Back in New York, matters are further complicated when April’s oven breaks, leaving her without a way of cooking the turkey. She bangs on doors in her apartment building, begging people for help. Eventually, she sweet talks creepy neighbor Wayne (Sean Hayes) into letting her use the new oven he just had installed.

Writer/director Peter Hedges shifts back and forth between April’s cooking attempts and scenes of the Burns family making the car ride to New York. From this, we learn everything we need to know about all the characters, without ever really seeing them interact. April is certainly rebellious, but she’s probably been pushed into it. Deep down, she’s a caring person who wants to do something special for her ailing mother, even though she resents the woman. She knows this very well may be the last chance she has to give her mother something.

The others in the family don’t want to come for Thanksgiving dinner. They don’t think April can pull it off. They expect failure from her. She has somehow been scapegoated along the way. It’s at the point where nobody even questions it anymore; they simply pin expectations of failure on her. At one point, Joy even blames her cancer on April, saying: “She used to bite my nipples when I breast fed her. No wonder there’s cancer in there!”

The thing none of April’s family members seem to realize is that the day is coming together. For all their complaining, they’re in the car heading to Thanksgiving dinner. Of course, no one would ever admit that they want to go, but go they do. You don’t see anyone refusing to get into the car.
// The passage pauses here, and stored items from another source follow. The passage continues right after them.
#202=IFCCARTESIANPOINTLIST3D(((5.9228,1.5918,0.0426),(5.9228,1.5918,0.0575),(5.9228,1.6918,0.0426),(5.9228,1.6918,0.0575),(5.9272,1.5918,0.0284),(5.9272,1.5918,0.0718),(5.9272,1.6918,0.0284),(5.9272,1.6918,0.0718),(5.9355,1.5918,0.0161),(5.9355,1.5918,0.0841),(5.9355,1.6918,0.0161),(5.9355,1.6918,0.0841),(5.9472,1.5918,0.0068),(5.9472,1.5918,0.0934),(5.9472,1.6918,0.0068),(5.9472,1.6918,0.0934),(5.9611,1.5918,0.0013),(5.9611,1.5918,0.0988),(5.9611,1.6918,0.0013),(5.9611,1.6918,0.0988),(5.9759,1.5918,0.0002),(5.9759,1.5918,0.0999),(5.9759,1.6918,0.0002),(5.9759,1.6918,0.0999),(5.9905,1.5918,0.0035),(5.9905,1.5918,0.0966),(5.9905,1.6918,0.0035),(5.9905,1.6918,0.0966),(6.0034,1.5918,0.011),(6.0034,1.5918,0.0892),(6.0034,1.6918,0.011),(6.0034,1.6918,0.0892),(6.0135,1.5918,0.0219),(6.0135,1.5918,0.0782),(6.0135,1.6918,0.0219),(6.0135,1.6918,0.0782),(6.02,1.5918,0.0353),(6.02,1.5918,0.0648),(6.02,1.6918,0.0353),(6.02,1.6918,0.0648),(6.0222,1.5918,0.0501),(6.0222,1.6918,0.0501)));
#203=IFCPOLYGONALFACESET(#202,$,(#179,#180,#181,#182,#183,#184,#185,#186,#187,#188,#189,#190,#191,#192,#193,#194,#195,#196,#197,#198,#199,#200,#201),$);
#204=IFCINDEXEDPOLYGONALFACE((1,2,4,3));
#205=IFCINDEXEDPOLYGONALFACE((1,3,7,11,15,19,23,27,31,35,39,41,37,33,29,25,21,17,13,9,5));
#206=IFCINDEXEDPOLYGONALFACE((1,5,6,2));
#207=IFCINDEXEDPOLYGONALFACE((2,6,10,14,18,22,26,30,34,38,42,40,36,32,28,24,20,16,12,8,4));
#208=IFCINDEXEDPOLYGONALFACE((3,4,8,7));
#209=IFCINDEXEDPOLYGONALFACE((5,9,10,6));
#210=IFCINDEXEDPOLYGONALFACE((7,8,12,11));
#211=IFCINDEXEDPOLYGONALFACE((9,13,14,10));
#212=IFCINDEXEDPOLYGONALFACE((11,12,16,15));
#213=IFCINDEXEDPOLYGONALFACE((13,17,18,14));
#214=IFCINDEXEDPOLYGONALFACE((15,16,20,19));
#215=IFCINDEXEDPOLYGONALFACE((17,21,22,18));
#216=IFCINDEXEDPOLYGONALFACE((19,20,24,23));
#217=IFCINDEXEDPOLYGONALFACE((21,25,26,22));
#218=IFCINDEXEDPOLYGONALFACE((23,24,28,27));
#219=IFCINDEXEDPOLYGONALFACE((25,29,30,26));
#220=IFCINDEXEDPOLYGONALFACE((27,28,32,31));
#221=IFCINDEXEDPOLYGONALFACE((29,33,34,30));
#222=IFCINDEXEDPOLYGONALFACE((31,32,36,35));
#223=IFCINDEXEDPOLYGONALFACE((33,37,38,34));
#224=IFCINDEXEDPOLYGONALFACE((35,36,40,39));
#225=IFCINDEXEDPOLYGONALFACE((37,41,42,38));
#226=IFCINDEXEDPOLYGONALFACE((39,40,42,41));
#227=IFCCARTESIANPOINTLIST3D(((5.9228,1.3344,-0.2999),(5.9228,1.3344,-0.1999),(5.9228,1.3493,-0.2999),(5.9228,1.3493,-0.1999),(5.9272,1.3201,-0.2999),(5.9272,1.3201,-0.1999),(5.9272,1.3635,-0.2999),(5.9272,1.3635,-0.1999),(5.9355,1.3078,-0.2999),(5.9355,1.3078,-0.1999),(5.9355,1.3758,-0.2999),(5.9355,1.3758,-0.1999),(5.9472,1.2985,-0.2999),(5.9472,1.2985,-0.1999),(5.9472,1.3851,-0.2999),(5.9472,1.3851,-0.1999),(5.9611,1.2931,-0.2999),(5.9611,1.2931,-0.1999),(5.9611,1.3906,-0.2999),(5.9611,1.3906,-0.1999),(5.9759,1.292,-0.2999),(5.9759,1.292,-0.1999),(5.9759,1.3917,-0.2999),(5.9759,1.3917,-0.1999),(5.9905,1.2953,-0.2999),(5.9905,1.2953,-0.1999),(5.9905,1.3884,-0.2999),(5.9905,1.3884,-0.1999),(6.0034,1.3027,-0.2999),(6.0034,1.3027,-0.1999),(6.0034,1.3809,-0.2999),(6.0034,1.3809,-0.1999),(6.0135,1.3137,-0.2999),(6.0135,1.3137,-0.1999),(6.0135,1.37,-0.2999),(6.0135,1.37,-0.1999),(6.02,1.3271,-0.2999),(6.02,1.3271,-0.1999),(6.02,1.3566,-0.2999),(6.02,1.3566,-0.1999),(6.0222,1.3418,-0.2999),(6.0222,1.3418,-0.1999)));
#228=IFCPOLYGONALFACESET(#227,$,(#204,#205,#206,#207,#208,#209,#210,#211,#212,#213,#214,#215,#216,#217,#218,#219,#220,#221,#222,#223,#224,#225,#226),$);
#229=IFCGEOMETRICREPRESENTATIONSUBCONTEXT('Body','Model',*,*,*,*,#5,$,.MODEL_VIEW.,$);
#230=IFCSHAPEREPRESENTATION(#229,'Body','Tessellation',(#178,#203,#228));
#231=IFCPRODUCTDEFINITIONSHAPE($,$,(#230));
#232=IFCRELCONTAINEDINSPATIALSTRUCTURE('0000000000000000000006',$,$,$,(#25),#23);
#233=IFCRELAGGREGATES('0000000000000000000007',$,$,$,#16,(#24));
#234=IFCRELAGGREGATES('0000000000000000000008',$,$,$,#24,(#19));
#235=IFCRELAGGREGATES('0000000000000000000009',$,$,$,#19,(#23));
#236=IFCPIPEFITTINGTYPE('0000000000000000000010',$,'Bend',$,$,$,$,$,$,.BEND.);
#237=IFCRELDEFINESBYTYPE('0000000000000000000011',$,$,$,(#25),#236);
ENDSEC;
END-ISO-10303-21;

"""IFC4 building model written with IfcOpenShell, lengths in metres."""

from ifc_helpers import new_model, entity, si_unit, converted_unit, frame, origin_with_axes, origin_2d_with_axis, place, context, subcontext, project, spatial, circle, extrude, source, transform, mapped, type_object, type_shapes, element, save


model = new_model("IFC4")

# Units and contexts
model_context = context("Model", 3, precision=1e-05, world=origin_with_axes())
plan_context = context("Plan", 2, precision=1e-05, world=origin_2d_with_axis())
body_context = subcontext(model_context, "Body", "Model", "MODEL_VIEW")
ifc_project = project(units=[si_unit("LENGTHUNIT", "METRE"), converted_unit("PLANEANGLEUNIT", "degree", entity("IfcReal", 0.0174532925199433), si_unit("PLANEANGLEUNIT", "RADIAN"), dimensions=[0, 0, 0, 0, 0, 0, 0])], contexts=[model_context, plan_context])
Pieces of April is a movie made by the performances, which are uniformly pitch-perfect. Katie Holmes is particularly good playing this young woman whose exterior toughness masks inner feelings of insecurity. She makes you feel at every second how crucial it is for April to pull dinner together, because it’s not really about the dinner at all. The other key performance comes from Patricia Clarkson. It would have been easy to play Joy as a villain or a bitch. She could have come off as one-note. Clarkson (a wonderful actress who has also appeared in Far From Heaven and The Station Agent) gives her unexpected depth. It is true that Joy is not a nice woman, nor is she an affectionate one. She can be ruthlessly mean, condescending, and manipulative. She sees the world only in black and white. However, Clarkson invests her with an offbeat sense of humanity that makes you pity her rather than hate her. You probably know someone just like Joy. She wasn’t a terribly happy person to begin with, and now she’s got this cancer and is probably going to die. The bodily cancer is finishing off what the emotional cancer started a long time ago.
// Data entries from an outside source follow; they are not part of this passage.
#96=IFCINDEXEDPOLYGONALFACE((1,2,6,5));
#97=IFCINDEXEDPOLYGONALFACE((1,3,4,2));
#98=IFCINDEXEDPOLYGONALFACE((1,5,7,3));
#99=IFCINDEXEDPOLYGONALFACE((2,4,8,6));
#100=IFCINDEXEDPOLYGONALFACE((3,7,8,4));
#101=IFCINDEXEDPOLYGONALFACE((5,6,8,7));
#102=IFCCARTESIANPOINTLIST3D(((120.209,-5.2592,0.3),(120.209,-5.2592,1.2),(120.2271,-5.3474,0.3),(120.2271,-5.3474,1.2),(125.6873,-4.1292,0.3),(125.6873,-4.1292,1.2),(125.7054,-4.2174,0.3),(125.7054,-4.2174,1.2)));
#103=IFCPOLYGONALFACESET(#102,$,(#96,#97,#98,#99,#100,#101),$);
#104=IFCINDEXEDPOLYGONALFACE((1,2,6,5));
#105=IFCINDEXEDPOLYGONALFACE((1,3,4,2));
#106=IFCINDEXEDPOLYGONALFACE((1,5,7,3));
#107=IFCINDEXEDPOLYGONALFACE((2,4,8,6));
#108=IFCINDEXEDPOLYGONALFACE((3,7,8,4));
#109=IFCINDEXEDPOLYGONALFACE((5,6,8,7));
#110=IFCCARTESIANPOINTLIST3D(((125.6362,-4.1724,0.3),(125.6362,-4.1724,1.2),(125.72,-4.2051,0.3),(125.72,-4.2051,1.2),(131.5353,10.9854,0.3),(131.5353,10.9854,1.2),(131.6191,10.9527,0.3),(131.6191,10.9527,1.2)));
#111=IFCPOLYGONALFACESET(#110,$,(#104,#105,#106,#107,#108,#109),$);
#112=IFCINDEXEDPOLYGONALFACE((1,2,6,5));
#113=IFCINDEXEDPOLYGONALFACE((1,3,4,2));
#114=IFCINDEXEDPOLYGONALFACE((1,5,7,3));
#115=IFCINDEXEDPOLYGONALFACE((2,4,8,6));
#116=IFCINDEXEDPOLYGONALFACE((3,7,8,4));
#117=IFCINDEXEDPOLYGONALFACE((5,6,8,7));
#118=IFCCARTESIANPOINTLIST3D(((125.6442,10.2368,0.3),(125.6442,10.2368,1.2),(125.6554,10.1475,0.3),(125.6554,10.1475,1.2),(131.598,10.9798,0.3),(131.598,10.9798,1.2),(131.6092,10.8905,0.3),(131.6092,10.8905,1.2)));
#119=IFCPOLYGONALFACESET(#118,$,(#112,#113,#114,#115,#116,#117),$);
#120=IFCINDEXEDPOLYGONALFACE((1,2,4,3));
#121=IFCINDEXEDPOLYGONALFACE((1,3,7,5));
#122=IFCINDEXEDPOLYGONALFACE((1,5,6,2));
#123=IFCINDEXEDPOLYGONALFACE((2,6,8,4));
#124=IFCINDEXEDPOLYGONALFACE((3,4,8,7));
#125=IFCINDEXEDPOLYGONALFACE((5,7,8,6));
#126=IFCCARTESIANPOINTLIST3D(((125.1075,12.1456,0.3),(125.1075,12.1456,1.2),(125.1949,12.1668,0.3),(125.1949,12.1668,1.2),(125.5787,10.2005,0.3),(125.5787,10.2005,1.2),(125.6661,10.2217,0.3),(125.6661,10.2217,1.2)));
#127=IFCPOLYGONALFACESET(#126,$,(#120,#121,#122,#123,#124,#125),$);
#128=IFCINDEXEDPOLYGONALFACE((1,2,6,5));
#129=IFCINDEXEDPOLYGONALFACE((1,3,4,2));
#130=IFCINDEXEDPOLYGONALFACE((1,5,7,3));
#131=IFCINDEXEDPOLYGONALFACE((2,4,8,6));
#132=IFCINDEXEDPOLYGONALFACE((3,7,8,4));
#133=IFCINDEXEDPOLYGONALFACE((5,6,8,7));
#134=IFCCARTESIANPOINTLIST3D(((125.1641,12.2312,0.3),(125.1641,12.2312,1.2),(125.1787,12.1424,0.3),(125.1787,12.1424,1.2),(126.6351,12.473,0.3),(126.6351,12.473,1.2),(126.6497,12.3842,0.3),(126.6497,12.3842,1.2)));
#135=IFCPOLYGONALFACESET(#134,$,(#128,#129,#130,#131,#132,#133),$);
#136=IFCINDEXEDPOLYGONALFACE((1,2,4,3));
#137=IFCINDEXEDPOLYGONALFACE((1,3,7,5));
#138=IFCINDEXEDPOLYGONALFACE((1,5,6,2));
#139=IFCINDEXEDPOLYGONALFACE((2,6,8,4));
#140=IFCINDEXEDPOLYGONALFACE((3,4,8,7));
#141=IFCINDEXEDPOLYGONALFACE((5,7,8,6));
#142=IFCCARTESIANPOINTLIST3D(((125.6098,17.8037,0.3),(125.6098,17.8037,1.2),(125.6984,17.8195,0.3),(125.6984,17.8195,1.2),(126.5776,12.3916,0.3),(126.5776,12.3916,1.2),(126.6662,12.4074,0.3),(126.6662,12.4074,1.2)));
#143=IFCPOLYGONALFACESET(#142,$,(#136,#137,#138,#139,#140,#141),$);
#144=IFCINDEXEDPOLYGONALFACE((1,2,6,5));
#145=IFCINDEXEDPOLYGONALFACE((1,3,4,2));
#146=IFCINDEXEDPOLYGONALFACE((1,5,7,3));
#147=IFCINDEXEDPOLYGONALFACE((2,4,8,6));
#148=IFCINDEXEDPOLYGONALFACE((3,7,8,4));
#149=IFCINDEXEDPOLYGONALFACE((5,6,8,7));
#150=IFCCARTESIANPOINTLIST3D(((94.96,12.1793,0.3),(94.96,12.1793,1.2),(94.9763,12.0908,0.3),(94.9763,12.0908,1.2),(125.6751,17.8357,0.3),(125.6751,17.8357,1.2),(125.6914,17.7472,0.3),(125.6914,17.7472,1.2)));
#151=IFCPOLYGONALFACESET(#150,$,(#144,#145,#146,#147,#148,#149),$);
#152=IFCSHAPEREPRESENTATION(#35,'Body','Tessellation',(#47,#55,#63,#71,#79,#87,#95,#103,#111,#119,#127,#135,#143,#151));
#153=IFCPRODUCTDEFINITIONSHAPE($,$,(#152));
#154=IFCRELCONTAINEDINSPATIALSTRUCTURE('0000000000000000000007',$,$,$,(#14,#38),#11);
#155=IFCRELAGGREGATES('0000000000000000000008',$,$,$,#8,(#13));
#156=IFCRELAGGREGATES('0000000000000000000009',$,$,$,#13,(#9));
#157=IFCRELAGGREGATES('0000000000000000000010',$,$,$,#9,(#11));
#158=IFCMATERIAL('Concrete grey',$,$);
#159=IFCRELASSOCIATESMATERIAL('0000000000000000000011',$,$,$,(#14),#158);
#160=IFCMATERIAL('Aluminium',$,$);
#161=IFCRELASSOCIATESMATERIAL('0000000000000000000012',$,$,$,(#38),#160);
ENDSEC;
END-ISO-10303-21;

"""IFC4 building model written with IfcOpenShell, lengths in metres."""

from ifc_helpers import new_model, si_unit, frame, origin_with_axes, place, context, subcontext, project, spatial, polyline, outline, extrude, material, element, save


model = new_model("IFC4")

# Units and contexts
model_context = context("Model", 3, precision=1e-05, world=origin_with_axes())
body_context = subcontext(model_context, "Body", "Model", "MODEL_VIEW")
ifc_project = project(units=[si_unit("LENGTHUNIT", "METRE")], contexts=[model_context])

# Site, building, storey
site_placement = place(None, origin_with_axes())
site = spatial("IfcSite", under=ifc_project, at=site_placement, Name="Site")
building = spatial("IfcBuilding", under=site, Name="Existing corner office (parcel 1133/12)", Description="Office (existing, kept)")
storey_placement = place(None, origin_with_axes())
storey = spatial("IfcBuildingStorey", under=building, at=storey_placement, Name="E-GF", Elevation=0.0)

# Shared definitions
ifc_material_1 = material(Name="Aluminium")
As I was watching the film, I became worried about the ending. Pieces of April is a slice-of-life movie, made up of moments that feel almost documentary-like. It’s kind of like eavesdropping into someone else’s world. Quite frankly, I wasn’t sure how the story was going to end. Director Hedges wisely finds an appropriately low-key way of wrapping everything up. There are no dramatic confrontations (which would have ruined the carefully constructed tone), nor does the movie go all soft and squishy with a tear-jerking reunion. Instead, the ending takes the approach that only one thing matters: everyone got together in the same room. The family’s problems are not miraculously solved in the end, but they are at least together, and for this family that is an achievement.

I like the simplicity in Pieces of April. It nicely observes human nature within families, dysfunctional or not. There’s probably something here that everyone can relate to. The movie is slight but sweet, with many laughs and a gentle reminder that family is family, no matter what.

( out of four)


Pieces of April is rated PG-13 for language, sensuality, drug content and images of nudity. The running time is 1 hour and 20 minutes.